Oh also the last tech that was there before me said that the cable at one of the connectors outside was melted when he got there.


----------



## Dennis Alwon

I will allow this thread as it may be helpful to you but this site is for electricians and work done should be done by a trained electrician. Please keep response to what causes it and not how to fix it.


----------



## kevinm34232

Thank you I'm not interested in fixing it, just what causes it so I can tell customer what to tell the electrician to look for.


----------



## dronai

B4T just had this problem, and found the source. I don't remember exactly what he did, but I think some wiring splices were done by someone not qualified.


----------



## guest

Most common causes, in order of number of times I have run into them:



Defective cable box;
Defective TV/VCR;
Miswired receptacle;
Loss of the customer's grounding and/or neutral;
Lightning/surge damage;
Faulty CATV line amp;
Customer making illegal (and poorly done) tap into cable line.
I am sure others on here will come up with more. 

Based on the melted cable outside it is possible that #4 on my list is the culprit, and it requires the attention of an electrician.


----------



## ecelectric

Loose neutral weather head


----------



## kevinm34232

Thanks for input so far..

I'm curious how the voltage actually gets onto the center conductor of the coax though just from the cable device being plugged in to an outlet. Is there any significance of the voltage always being around 50-60v?


----------



## oldtimer

mxslick said:


> Most common causes, in order of number of times I have run into them:
> 
> 
> 
> Defective cable box;
> Defective TV/VCR;
> Miswired receptacle;
> Loss of the customer's grounding and/or neutral;
> Lightning/surge damage;
> Faulty CATV line amp;
> Customer making illegal (and poorly done) tap into cable line.
> I am sure others on here will come up with more.
> 
> Based on the melted cable outside it is possible that #4 on my list is the culprit, and it requires the attention of an electrician.
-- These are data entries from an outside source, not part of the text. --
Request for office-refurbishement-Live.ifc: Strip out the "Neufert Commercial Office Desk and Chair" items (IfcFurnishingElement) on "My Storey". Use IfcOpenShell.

First a look at what the model holds.

```python
import ifcopenshell
import ifcopenshell.util.element

model = ifcopenshell.open("office-refurbishement-Live.ifc")
print(model.schema)
storey = next(s for s in model.by_type("IfcBuildingStorey") if s.Name == "My Storey")
furniture = [e for e in ifcopenshell.util.element.get_decomposition(storey) if e.is_a("IfcFurnishingElement")]
seen = {}
for e in furniture:
    element_type = ifcopenshell.util.element.get_type(e)
    name = element_type.Name if element_type not in (None, e) else None
    seen[name] = seen.get(name, 0) + 1
for name, count in sorted(seen.items(), key=str):
    print(count, "x", name)
```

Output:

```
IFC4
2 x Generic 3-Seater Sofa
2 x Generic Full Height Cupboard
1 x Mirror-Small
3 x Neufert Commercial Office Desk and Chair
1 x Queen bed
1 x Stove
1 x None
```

```python
import ifcopenshell
import ifcopenshell.api.root
import ifcopenshell.util.element

model = ifcopenshell.open("office-refurbishement-Live.ifc")

storey = next(s for s in model.by_type("IfcBuildingStorey") if s.Name == "My Storey")
furniture = [e for e in ifcopenshell.util.element.get_decomposition(storey) if e.is_a("IfcFurnishingElement")]
targets = [e for e in furniture if (t := ifcopenshell.util.element.get_type(e)) not in (None, e) and t.Name == "Neufert Commercial Office Desk and Chair"]

for e in targets:
    ifcopenshell.api.root.remove_product(model, product=e)
print(len(targets), "removed")

model.write("office-refurbishement-Live-out.ifc")
```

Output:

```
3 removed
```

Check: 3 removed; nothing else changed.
My first thought was, the added outlet has hot/neutral reversed!

#3 Miswired receptacle

An electrician should be able to determine this very easily!


----------



## Dennis Alwon

I also think it is a problem with the ground or neutral. If there is too much current on the ground then the coax can pick it up.


----------



## CraigV

Agreed, dropped service neutral. The grounding system, including phone, cable and any other bonded systems, is carrying the return current imbalance.


----------



## jza

Most cable modems operate around the 60hz frequency, if the cable service isn't properly grounded at the service entrance and there's anything on the line it's likely to knock out the modem.

Keep in mind that the hard line cable has up to 120vac on it, to power the amplifiers. This voltage isn't supposed to hit any of the drops, but you never know. Also check for defective equipment in the house, old TV's, amplifiers, power inserters.


----------



## guest

kevinm34232 said:


> Thanks for input so far..
> 
> I'm curious how the voltage actually gets onto the center conductor of the coax though just from the cable device being plugged in to an outlet. _*Is there any significance of the voltage always being around 50-60v?*_



Ask one of your senior techs...but my bet is that the 50-60v number just happens to be in the range of the hard line cable jza referred to to power your system's own amplifier/boosters. :thumbsup:


----------



## CraigV

mxslick said:


> Ask one of your senior techs...but my bet is that the 50-60v number just happens to be in the range of the hard line cable jza referred to to power your system's own amplifier/boosters. :thumbsup:


 
I assumed he had disconnected the cable-co's connection before troubleshooting. Hmm...not a wise assumption.


----------



## jza

mxslick said:


> Ask one of your senior techs...but my bet is that the 50-60v number just happens to be in the range of the hard line cable jza referred to to power your system's own amplifier/boosters. :thumbsup:


Bingo, take a reading right off the tap. If there's voltage there, escalate the call to the appropriate department.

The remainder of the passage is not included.